Às vésperas das eleições, o presidente norte-americano é envolvido em um escândalo sexual. Para desviar a atenção do escândalo, a conselheira do presidente recruta um especialista em situações de crise que decide “fabricar” uma guerra na Albânia, um pequeno país montanhoso da península Balcânica, no sudeste da Europa. Este é o enredo do filme “Mera Coincidência”, estrelado por Dustin Hoffman e Robert De Niro, que recebeu até indicações a prêmios no Oscar e no Globo de Ouro.
O filme que chegou ao Brasil em 1998 vai me permitir uma comparação com situações cada vez mais frequentes em nosso País, com o recorrente quadro de “notícias” diversionistas que se caracterizam como regulares, ora como fake news, ora como mero simulacro de falsas configurações.

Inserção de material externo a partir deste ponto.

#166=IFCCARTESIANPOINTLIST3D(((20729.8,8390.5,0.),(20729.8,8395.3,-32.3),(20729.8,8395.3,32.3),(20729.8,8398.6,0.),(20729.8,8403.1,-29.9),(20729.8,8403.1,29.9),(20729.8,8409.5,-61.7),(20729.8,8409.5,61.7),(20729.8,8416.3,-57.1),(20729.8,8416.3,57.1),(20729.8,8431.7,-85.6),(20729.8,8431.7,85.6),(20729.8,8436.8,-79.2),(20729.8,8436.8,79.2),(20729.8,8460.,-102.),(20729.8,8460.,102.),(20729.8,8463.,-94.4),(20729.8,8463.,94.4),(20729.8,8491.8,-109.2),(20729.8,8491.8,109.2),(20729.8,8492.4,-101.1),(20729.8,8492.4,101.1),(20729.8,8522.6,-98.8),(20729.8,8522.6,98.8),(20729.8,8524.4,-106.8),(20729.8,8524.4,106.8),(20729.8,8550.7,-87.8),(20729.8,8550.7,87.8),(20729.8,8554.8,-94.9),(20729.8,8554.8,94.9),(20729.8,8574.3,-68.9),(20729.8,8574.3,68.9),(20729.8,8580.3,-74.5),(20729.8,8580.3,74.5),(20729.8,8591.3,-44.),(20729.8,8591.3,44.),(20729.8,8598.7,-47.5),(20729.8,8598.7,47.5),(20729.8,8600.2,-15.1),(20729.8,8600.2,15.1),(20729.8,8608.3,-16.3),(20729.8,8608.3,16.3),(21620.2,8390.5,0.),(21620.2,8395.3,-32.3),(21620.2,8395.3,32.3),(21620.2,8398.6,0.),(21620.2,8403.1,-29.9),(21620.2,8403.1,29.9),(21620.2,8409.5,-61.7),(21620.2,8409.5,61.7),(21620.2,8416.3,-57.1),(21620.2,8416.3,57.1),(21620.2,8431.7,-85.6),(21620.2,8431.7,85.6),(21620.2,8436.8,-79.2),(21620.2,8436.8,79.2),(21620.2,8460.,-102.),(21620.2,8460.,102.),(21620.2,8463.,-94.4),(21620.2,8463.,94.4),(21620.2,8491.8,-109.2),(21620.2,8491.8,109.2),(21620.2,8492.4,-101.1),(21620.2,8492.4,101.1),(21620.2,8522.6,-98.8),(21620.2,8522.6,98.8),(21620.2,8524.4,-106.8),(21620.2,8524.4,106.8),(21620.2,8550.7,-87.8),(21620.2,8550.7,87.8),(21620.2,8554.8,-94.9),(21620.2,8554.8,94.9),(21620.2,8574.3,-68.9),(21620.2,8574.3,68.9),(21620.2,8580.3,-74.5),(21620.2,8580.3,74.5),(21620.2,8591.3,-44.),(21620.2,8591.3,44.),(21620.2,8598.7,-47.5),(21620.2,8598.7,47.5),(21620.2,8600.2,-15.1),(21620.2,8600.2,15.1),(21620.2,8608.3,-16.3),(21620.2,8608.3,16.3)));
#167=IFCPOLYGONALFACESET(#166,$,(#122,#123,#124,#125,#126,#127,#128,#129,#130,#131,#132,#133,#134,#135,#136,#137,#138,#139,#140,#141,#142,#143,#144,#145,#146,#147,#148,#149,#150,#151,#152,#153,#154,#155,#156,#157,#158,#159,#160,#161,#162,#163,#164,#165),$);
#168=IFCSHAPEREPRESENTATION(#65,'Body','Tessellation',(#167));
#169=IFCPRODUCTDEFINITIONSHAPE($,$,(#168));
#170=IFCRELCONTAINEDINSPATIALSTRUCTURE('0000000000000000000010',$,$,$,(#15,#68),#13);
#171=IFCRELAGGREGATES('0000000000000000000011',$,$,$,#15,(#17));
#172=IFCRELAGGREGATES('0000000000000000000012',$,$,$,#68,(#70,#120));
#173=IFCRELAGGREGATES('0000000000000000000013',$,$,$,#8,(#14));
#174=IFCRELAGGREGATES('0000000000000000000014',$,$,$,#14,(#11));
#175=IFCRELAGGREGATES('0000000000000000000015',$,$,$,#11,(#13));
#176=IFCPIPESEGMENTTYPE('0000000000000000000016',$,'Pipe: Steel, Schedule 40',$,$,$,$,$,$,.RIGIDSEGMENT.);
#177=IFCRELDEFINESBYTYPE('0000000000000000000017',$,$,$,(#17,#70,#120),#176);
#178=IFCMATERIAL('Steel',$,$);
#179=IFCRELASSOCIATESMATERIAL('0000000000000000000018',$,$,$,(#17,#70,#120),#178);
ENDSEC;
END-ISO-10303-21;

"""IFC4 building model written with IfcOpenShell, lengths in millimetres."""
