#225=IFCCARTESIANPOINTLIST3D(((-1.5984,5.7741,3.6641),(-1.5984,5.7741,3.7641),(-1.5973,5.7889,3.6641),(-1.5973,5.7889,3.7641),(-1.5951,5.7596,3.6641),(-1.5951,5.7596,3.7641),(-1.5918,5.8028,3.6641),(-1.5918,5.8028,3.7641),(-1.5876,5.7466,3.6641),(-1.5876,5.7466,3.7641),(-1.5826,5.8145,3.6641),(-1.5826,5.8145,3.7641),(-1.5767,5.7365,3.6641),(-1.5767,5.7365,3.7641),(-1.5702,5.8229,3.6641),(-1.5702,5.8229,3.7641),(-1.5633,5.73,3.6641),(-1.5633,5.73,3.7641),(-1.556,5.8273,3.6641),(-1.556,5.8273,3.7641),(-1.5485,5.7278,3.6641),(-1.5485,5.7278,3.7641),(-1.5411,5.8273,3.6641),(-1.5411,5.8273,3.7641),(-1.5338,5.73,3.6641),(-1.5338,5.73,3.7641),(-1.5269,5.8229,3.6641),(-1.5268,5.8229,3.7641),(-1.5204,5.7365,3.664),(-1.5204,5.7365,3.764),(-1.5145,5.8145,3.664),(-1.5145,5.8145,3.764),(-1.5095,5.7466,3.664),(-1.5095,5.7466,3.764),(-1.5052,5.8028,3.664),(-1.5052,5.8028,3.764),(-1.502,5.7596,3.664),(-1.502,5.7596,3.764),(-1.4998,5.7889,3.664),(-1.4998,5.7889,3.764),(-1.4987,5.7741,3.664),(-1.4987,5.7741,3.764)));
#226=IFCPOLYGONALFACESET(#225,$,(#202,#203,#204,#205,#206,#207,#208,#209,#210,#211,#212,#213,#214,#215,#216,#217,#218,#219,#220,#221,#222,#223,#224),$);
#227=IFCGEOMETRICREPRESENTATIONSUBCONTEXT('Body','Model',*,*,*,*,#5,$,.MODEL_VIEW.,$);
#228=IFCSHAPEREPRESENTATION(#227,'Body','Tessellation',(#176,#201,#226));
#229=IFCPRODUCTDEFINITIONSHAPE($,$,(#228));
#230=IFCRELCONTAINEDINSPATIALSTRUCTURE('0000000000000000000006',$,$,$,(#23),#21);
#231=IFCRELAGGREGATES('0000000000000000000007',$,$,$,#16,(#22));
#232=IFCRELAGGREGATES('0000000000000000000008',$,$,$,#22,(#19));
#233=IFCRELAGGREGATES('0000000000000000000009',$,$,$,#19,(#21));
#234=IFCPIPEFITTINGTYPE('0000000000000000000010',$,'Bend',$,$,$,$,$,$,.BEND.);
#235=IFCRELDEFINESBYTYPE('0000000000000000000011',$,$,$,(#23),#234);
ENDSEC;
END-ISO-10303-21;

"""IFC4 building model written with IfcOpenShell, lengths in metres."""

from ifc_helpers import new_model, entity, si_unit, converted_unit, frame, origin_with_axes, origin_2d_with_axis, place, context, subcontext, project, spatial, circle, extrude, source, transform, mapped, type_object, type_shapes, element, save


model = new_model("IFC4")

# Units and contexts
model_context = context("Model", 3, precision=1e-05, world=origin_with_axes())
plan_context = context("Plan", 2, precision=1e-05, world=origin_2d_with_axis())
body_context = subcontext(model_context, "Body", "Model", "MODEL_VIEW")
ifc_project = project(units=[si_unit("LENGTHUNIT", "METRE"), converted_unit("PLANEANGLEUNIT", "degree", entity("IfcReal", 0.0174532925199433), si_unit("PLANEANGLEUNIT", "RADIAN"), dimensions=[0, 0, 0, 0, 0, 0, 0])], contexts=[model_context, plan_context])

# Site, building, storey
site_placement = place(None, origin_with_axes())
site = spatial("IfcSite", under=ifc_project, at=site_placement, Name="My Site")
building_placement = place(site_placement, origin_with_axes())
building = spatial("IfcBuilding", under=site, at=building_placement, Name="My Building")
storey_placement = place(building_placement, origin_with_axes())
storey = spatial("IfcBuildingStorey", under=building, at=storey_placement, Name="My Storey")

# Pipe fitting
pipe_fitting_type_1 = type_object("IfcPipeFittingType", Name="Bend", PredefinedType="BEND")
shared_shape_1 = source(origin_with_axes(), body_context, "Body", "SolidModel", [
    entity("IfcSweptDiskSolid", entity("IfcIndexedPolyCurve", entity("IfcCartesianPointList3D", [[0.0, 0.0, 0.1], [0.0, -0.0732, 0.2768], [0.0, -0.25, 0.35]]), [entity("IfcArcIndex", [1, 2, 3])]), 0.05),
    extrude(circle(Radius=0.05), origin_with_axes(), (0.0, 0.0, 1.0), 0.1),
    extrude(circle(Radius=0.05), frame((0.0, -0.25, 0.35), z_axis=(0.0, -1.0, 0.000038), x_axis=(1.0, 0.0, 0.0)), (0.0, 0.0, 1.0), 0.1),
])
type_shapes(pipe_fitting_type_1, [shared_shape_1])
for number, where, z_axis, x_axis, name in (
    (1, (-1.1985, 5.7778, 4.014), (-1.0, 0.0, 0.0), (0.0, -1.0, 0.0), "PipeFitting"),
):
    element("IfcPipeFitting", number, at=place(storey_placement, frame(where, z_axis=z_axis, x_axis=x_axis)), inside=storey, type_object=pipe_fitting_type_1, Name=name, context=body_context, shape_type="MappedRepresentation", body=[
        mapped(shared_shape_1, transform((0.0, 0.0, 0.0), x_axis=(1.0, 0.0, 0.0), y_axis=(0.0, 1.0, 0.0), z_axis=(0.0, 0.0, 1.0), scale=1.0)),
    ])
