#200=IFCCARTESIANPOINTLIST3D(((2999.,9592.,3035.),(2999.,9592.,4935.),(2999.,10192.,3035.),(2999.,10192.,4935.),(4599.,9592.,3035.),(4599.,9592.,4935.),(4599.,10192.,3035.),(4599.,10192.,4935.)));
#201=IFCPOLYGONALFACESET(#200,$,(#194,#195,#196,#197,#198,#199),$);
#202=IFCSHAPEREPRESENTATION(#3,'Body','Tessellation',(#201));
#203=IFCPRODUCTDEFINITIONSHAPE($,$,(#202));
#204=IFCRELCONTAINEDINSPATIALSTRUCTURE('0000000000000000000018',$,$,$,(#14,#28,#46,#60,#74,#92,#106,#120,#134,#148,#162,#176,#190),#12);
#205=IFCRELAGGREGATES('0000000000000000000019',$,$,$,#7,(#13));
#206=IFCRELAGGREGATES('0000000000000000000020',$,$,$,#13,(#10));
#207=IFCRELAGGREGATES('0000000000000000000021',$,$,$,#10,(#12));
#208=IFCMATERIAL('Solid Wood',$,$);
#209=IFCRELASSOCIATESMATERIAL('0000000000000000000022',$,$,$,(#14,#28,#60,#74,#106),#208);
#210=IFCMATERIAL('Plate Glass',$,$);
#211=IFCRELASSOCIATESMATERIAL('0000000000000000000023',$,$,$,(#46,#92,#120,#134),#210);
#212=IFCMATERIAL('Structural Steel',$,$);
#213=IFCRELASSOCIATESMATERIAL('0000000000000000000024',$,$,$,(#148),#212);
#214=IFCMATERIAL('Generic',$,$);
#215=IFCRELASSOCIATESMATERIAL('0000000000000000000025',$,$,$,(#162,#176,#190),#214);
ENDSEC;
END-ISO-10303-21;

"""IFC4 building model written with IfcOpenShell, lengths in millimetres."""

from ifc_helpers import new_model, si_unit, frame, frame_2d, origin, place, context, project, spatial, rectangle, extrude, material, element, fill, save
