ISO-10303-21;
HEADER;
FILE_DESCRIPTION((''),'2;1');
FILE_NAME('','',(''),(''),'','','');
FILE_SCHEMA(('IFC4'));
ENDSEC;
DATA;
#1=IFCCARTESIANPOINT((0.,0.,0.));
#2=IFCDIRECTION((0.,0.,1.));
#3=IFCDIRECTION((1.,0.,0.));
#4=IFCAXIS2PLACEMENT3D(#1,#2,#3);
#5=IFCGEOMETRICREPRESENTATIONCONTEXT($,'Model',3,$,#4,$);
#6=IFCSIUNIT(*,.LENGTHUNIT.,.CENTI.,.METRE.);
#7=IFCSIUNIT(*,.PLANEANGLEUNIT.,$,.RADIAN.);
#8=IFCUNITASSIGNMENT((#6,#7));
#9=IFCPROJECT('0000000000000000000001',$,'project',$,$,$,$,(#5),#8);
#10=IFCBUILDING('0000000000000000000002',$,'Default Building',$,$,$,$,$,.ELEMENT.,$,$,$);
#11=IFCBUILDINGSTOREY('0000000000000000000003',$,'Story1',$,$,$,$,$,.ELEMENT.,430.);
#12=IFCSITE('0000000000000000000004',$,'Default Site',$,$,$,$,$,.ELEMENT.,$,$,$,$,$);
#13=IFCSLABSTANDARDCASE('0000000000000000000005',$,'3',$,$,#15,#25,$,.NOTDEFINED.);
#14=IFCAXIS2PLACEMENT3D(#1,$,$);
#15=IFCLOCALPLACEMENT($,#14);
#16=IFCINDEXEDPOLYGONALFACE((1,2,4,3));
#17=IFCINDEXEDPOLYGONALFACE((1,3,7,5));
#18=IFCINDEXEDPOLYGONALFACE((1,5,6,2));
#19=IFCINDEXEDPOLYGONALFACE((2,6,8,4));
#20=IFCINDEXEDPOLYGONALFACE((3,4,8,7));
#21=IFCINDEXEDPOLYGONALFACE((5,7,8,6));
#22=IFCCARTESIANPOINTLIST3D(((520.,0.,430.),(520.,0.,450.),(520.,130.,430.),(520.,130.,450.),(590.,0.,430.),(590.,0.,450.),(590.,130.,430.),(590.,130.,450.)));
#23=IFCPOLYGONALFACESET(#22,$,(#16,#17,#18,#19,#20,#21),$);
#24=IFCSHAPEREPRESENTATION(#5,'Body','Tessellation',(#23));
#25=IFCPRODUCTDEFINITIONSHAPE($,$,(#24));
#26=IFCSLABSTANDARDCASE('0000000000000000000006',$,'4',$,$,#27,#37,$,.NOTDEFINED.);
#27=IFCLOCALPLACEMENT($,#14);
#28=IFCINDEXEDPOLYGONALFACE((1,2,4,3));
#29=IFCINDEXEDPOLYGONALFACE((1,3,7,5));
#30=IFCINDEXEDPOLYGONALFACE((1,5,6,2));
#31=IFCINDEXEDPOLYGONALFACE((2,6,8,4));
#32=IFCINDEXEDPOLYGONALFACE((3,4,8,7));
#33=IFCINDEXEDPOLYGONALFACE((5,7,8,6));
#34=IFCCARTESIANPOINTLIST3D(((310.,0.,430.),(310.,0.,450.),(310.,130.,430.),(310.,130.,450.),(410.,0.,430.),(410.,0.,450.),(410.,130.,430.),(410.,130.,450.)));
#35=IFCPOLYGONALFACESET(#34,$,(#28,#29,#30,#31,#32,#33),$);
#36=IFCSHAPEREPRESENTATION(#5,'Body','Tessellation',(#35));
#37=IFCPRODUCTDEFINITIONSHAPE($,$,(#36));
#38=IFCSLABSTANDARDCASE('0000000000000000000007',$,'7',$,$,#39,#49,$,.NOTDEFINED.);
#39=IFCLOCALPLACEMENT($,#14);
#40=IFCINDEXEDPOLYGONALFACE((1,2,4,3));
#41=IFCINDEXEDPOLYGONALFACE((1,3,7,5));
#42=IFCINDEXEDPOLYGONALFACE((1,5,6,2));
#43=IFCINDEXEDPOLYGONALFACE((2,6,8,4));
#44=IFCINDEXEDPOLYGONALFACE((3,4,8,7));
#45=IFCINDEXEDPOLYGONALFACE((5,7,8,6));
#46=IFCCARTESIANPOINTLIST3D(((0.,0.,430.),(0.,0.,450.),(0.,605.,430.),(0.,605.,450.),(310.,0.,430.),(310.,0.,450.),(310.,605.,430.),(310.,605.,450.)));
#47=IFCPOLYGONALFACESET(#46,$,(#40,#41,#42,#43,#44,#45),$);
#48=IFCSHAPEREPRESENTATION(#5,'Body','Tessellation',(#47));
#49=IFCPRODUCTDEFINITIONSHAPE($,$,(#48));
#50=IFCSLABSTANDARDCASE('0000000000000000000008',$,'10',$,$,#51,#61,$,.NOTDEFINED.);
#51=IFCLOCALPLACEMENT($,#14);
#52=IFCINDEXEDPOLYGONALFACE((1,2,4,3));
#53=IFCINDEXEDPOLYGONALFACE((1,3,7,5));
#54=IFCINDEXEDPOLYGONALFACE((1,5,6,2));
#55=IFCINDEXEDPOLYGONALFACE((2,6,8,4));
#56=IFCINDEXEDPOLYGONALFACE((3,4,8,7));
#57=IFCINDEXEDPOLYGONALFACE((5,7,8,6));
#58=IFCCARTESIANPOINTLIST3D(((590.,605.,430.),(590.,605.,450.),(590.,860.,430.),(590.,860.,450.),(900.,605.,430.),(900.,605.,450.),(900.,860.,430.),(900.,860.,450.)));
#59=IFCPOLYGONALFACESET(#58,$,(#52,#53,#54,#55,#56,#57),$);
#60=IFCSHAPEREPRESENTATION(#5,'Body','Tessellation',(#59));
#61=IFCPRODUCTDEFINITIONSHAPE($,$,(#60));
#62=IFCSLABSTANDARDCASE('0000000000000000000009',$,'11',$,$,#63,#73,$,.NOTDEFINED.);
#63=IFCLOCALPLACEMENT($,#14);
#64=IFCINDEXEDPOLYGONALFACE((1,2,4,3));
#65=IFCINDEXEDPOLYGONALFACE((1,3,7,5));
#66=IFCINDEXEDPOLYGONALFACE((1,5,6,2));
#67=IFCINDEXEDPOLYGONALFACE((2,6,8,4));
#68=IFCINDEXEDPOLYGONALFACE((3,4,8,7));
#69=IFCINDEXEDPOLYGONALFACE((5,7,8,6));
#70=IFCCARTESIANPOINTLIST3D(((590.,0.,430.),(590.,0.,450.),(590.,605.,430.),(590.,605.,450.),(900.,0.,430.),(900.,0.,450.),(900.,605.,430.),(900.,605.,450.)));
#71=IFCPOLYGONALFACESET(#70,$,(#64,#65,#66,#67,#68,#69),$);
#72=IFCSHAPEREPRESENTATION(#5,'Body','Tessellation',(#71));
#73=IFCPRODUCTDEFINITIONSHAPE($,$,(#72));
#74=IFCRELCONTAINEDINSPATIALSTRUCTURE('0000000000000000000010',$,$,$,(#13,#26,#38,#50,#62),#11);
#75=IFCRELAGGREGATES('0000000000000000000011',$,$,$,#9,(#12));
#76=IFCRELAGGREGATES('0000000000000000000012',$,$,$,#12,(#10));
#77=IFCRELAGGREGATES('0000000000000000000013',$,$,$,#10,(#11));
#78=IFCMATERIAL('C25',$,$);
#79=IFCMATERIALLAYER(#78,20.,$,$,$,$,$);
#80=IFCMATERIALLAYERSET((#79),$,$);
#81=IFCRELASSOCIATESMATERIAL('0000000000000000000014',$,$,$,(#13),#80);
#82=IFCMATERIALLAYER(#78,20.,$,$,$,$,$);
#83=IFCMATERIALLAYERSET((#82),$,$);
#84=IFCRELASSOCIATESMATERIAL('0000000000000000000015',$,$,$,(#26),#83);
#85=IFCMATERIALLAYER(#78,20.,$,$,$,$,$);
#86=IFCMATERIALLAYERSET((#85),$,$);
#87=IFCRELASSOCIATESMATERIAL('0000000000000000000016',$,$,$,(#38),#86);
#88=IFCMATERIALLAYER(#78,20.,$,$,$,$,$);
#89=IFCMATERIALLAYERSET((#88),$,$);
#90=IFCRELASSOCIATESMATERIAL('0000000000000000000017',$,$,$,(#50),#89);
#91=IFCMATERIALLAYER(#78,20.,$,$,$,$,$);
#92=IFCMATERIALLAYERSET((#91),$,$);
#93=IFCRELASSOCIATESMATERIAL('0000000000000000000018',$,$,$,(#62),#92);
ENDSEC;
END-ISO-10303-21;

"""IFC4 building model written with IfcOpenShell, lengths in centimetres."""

from ifc_helpers import new_model, si_unit, frame, origin_with_axes, place, context, project, spatial, polyline, outline, extrude, material, layer, layer_set, layer_usage, element, save


model = new_model("IFC4")

# Units and contexts
model_context = context("Model", 3, world=origin_with_axes())
ifc_project = project(units=[si_unit("LENGTHUNIT", "METRE", prefix="CENTI"), si_unit("PLANEANGLEUNIT", "RADIAN")], contexts=[model_context])

# Site, building, storey
site = spatial("IfcSite", under=ifc_project, Name="Default Site", CompositionType="ELEMENT")
building = spatial("IfcBuilding", under=site, Name="Default Building", CompositionType="ELEMENT")
storey = spatial("IfcBuildingStorey", under=building, Name="Story1", CompositionType="ELEMENT", Elevation=430.0)

# Shared definitions
ifc_material = material(Name="C25")

# Slabs
ifc_layer_1 = layer(ifc_material, 20.0)
ifc_layer_set_1 = layer_set([ifc_layer_1])
ifc_layer_usage_1 = layer_usage(ifc_layer_set_1, "AXIS2", "POSITIVE", -20.0)
slab_1_placement = place(None, frame((520.0, 0.0, 430.0), z_axis=(0.0, 0.0, 1.0), x_axis=(1.0, 0.0, 0.0)))
element("IfcSlabStandardCase", 1, at=slab_1_placement, inside=storey, material=ifc_layer_usage_1, Name="3", PredefinedType="NOTDEFINED", context=model_context, shape_type="SweptSolid", body=[
    extrude(outline(polyline([(0.0, 0.0), (70.0, 0.0), (70.0, 130.0), (0.0, 130.0), (0.0, 0.0)])), origin_with_axes(), (0.0, 0.0, 1.0), 20.0),
])
ifc_layer_2 = layer(ifc_material, 20.0)
ifc_layer_set_2 = layer_set([ifc_layer_2])
ifc_layer_usage_2 = layer_usage(ifc_layer_set_2, "AXIS2", "POSITIVE", -20.0)
slab_2_placement = place(None, frame((310.0, 0.0, 430.0), z_axis=(0.0, 0.0, 1.0), x_axis=(1.0, 0.0, 0.0)))
element("IfcSlabStandardCase", 2, at=slab_2_placement, inside=storey, material=ifc_layer_usage_2, Name="4", PredefinedType="NOTDEFINED", context=model_context, shape_type="SweptSolid", body=[
    extrude(outline(polyline([(0.0, 0.0), (100.0, 0.0), (100.0, 130.0), (0.0, 130.0), (0.0, 0.0)])), origin_with_axes(), (0.0, 0.0, 1.0), 20.0),
])
ifc_layer_3 = layer(ifc_material, 20.0)
ifc_layer_set_3 = layer_set([ifc_layer_3])
ifc_layer_usage_3 = layer_usage(ifc_layer_set_3, "AXIS2", "POSITIVE", -20.0)
slab_3_placement = place(None, frame((0.0, 605.0, 430.0), z_axis=(0.0, 0.0, 1.0), x_axis=(0.0, -1.0, 0.0)))
element("IfcSlabStandardCase", 3, at=slab_3_placement, inside=storey, material=ifc_layer_usage_3, Name="7", PredefinedType="NOTDEFINED", context=model_context, shape_type="SweptSolid", body=[
    extrude(outline(polyline([(0.0, 0.0), (605.0, 0.0), (605.0, 310.0), (0.0, 310.0), (0.0, 0.0)])), origin_with_axes(), (0.0, 0.0, 1.0), 20.0),
])
ifc_layer_4 = layer(ifc_material, 20.0)
ifc_layer_set_4 = layer_set([ifc_layer_4])
ifc_layer_usage_4 = layer_usage(ifc_layer_set_4, "AXIS2", "POSITIVE", -20.0)
slab_4_placement = place(None, frame((590.0, 605.0, 430.0), z_axis=(0.0, 0.0, 1.0), x_axis=(1.0, 0.0, 0.0)))
element("IfcSlabStandardCase", 4, at=slab_4_placement, inside=storey, material=ifc_layer_usage_4, Name="10", PredefinedType="NOTDEFINED", context=model_context, shape_type="SweptSolid", body=[
    extrude(outline(polyline([(0.0, 0.0), (310.0, 0.0), (310.0, 255.0), (0.0, 255.0), (0.0, 0.0)])), origin_with_axes(), (0.0, 0.0, 1.0), 20.0),
])
ifc_layer_5 = layer(ifc_material, 20.0)
ifc_layer_set_5 = layer_set([ifc_layer_5])
ifc_layer_usage_5 = layer_usage(ifc_layer_set_5, "AXIS2", "POSITIVE", -20.0)
slab_5_placement = place(None, frame((590.0, 0.0, 430.0), z_axis=(0.0, 0.0, 1.0), x_axis=(1.0, 0.0, 0.0)))
element("IfcSlabStandardCase", 5, at=slab_5_placement, inside=storey, material=ifc_layer_usage_5, Name="11", PredefinedType="NOTDEFINED", context=model_context, shape_type="SweptSolid", body=[
    extrude(outline(polyline([(0.0, 0.0), (310.0, 0.0), (310.0, 605.0), (0.0, 605.0), (0.0, 0.0)])), origin_with_axes(), (0.0, 0.0, 1.0), 20.0),
])

save(model, "model.ifc")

O Brasil, como o resto do mundo, ver a proliferação de tais notícias mentirosas, promovidas em larga escala, e divulgadas por quem tem interesse em intensificar a construção de um universo paralelo, que nos embote a vista e nos tire a real possibilidade de perceber e debater, com consciência e profundidade, os temas realmente relevantes e de interesse da nossa gente. Não seria “mera coincidência” o nosso País “patrocinar” debates que não guardam obediência aos mais urgentes problemas da nação, como se verifica no tempo presente?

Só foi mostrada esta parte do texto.